* _REQUIRED WORK_: Only lines containing the string "Check" belong in the answer; find them in the records and copy them.

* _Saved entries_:
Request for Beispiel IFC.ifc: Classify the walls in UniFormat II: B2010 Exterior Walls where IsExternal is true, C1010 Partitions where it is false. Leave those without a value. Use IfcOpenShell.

First a look at what the model holds.

```python
import ifcopenshell
import ifcopenshell.util.element

model = ifcopenshell.open("Beispiel IFC.ifc")
print(model.schema)
print("classifications:", [c.Name for c in model.by_type("IfcClassification")])
values = [ifcopenshell.util.element.get_pset(e, "Pset_WallCommon", "IsExternal") for e in model.by_type("IfcWall")]
for value in (True, False, None):
    print("IsExternal", value, values.count(value))
```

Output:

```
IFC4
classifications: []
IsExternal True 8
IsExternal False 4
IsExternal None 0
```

```python
import ifcopenshell
import ifcopenshell.api.classification
import ifcopenshell.util.element

model = ifcopenshell.open("Beispiel IFC.ifc")

system = ifcopenshell.api.classification.add_classification(model, classification="UniFormat II")

walls = model.by_type("IfcWall")
external = {e: ifcopenshell.util.element.get_pset(e, "Pset_WallCommon", "IsExternal") for e in walls}
for flag, code, name in ((True, "B2010", "Exterior Walls"), (False, "C1010", "Partitions")):
    products = [e for e in walls if external[e] is flag]
    ifcopenshell.api.classification.add_reference(
        model, products=products, classification=system, identification=code, name=name
    )
    print(code, len(products))

model.write("Beispiel IFC_edited.ifc")
```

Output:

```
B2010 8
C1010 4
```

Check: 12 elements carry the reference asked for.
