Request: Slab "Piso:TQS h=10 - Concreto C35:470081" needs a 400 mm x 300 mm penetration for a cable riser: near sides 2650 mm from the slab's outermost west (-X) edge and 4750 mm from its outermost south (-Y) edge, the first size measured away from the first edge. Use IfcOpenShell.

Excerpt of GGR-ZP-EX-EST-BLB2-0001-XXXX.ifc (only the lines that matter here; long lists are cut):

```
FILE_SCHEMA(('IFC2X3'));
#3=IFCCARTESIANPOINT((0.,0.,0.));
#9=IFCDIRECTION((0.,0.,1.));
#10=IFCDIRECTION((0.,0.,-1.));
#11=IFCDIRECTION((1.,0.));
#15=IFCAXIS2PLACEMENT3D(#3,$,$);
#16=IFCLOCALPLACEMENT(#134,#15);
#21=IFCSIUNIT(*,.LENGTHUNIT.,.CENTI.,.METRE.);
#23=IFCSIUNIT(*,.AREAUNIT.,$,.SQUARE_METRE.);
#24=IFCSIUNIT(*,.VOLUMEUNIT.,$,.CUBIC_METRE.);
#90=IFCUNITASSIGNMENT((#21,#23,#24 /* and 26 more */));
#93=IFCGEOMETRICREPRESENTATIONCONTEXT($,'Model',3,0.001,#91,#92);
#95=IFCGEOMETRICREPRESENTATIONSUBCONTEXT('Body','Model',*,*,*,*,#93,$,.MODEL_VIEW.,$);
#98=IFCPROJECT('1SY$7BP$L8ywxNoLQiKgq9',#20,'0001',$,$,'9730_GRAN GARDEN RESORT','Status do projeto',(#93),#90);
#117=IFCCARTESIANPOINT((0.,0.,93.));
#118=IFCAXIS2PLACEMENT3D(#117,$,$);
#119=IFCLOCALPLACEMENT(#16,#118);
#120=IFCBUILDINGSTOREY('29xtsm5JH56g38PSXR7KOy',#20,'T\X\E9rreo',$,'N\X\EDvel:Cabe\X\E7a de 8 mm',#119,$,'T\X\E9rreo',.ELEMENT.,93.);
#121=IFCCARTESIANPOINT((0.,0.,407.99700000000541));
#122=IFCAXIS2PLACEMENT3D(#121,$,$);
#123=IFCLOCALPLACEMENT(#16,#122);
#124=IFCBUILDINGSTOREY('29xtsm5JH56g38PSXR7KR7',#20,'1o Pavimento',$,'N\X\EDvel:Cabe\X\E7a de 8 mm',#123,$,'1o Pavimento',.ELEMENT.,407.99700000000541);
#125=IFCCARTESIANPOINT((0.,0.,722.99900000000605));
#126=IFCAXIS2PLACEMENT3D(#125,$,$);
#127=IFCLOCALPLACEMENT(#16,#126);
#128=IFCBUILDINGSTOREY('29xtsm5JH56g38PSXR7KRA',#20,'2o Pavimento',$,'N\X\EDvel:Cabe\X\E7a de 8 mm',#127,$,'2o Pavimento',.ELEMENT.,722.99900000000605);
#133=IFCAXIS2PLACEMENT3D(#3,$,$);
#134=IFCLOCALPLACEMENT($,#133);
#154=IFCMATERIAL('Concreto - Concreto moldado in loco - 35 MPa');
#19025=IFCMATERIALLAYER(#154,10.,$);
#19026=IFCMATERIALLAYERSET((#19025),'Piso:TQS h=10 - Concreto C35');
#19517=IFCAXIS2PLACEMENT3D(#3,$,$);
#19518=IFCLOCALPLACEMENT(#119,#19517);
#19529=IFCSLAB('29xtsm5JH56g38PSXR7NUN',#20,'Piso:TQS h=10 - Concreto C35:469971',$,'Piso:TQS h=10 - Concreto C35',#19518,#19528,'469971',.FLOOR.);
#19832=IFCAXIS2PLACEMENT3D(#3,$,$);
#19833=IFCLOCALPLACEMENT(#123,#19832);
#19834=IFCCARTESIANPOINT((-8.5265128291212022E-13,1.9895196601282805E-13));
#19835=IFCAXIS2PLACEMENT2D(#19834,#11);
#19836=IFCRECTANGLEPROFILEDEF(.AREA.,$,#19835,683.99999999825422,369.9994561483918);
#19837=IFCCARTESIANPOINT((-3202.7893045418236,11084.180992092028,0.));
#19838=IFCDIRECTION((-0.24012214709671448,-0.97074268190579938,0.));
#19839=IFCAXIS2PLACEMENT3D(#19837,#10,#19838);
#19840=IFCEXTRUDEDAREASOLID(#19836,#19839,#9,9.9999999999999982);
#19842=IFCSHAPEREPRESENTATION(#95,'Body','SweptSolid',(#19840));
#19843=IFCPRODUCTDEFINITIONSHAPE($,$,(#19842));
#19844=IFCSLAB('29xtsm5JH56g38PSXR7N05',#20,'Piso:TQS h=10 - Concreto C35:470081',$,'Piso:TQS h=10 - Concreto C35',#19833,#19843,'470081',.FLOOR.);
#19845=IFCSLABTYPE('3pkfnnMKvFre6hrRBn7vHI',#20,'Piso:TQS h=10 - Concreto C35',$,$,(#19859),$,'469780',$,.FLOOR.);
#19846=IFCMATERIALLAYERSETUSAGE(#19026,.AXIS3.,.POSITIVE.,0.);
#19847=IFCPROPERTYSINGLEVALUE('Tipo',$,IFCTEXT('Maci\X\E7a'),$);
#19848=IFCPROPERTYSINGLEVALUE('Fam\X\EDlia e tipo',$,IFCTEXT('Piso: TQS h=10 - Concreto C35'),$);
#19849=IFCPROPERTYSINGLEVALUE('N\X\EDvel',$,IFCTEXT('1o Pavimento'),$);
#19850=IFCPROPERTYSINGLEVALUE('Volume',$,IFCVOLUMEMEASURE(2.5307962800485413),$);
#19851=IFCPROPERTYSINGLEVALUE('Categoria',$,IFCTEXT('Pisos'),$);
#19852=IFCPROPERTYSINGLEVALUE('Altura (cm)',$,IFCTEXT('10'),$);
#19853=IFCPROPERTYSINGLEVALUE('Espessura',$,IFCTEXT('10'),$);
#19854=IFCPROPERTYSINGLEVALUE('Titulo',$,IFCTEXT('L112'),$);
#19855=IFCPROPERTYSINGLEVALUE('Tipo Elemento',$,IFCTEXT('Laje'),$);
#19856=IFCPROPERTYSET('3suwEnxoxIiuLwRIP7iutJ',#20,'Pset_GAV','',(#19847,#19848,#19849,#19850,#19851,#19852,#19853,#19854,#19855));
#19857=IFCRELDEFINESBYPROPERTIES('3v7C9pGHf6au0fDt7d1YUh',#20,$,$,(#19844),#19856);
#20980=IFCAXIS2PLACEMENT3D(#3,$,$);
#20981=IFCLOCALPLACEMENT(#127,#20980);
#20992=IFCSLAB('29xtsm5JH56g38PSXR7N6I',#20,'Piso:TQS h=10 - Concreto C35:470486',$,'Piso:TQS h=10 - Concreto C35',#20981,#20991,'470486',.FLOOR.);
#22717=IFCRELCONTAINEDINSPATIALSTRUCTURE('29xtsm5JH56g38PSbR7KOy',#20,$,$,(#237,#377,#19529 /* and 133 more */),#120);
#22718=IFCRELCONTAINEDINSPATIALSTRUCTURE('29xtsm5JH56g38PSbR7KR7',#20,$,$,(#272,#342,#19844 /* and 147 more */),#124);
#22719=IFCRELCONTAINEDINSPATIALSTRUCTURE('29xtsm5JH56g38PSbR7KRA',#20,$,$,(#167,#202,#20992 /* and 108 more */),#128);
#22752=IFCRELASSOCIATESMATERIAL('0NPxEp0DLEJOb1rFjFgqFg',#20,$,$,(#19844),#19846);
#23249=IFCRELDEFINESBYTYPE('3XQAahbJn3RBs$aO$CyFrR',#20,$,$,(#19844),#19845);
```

```python
import numpy as np
import ifcopenshell
import ifcopenshell.api.feature
import ifcopenshell.api.geometry
import ifcopenshell.api.pset
import ifcopenshell.api.root
import ifcopenshell.geom
import ifcopenshell.util.element
import ifcopenshell.util.placement
import ifcopenshell.util.representation
import ifcopenshell.util.shape
import ifcopenshell.util.unit

model = ifcopenshell.open("GGR-ZP-EX-EST-BLB2-0001-XXXX.ifc")
unit_scale = ifcopenshell.util.unit.calculate_unit_scale(model)
volume_scale = ifcopenshell.util.unit.calculate_unit_scale(model, "VOLUMEUNIT")
settings = ifcopenshell.geom.settings()


def volume(element):
    """Net volume in cubic metres, openings subtracted."""
    shape = ifcopenshell.geom.create_shape(settings, element)
    return ifcopenshell.util.shape.get_volume(shape.geometry)


slab = model.by_guid("29xtsm5JH56g38PSXR7N05")
before = volume(slab)

# Extent in the slab's own axes, in metres. The edges named are its -X and -Y sides.
slab_shape = ifcopenshell.geom.create_shape(settings, slab)
vertices = ifcopenshell.util.shape.get_vertices(slab_shape.geometry)
x_min, y_min, bottom = vertices.min(axis=0)
top = vertices[:, 2].max()

opening = ifcopenshell.api.root.create_entity(model, ifc_class="IfcOpeningElement", name="Cable riser opening")
context = ifcopenshell.util.representation.get_context(model, "Model", "Body", "MODEL_VIEW")
width, depth = 0.4, 0.3
outline = [(0.0, 0.0), (width, 0.0), (width, depth), (0.0, depth), (0.0, 0.0)]
# Overshoot both faces by 50 mm so the cut is clean.
shape = ifcopenshell.api.geometry.add_slab_representation(
    model, context=context, depth=top - bottom + 0.1, polyline=outline
)
ifcopenshell.api.geometry.assign_representation(model, product=opening, representation=shape)

matrix = ifcopenshell.util.placement.get_local_placement(slab.ObjectPlacement)
matrix[:, 3] = matrix @ np.append(np.array([x_min + 2.65, y_min + 4.75, bottom - 0.05]) / unit_scale, 1.0)
ifcopenshell.api.geometry.edit_object_placement(model, product=opening, matrix=matrix, is_si=False)
ifcopenshell.api.feature.add_feature(model, feature=opening, element=slab)

after = volume(slab)

# Update the slab's stored quantities.
pset = model.by_id(ifcopenshell.util.element.get_pset(slab, "Pset_GAV", should_inherit=False)["id"])
ifcopenshell.api.pset.edit_pset(model, pset=pset, properties={
    "Volume": model.create_entity("IfcVolumeMeasure", after / volume_scale),
})

print(f"slab volume {before:.3f} -> {after:.3f} m3")

model.write("GGR-ZP-EX-EST-BLB2-0001-XXXX-out.ifc")
```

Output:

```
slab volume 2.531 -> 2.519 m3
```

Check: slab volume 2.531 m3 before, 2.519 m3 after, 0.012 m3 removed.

* _SOLUTION BELOW_:
Check: 12 elements carry the reference asked for.
Check: slab volume 2.531 m3 before, 2.519 m3 after, 0.012 m3 removed.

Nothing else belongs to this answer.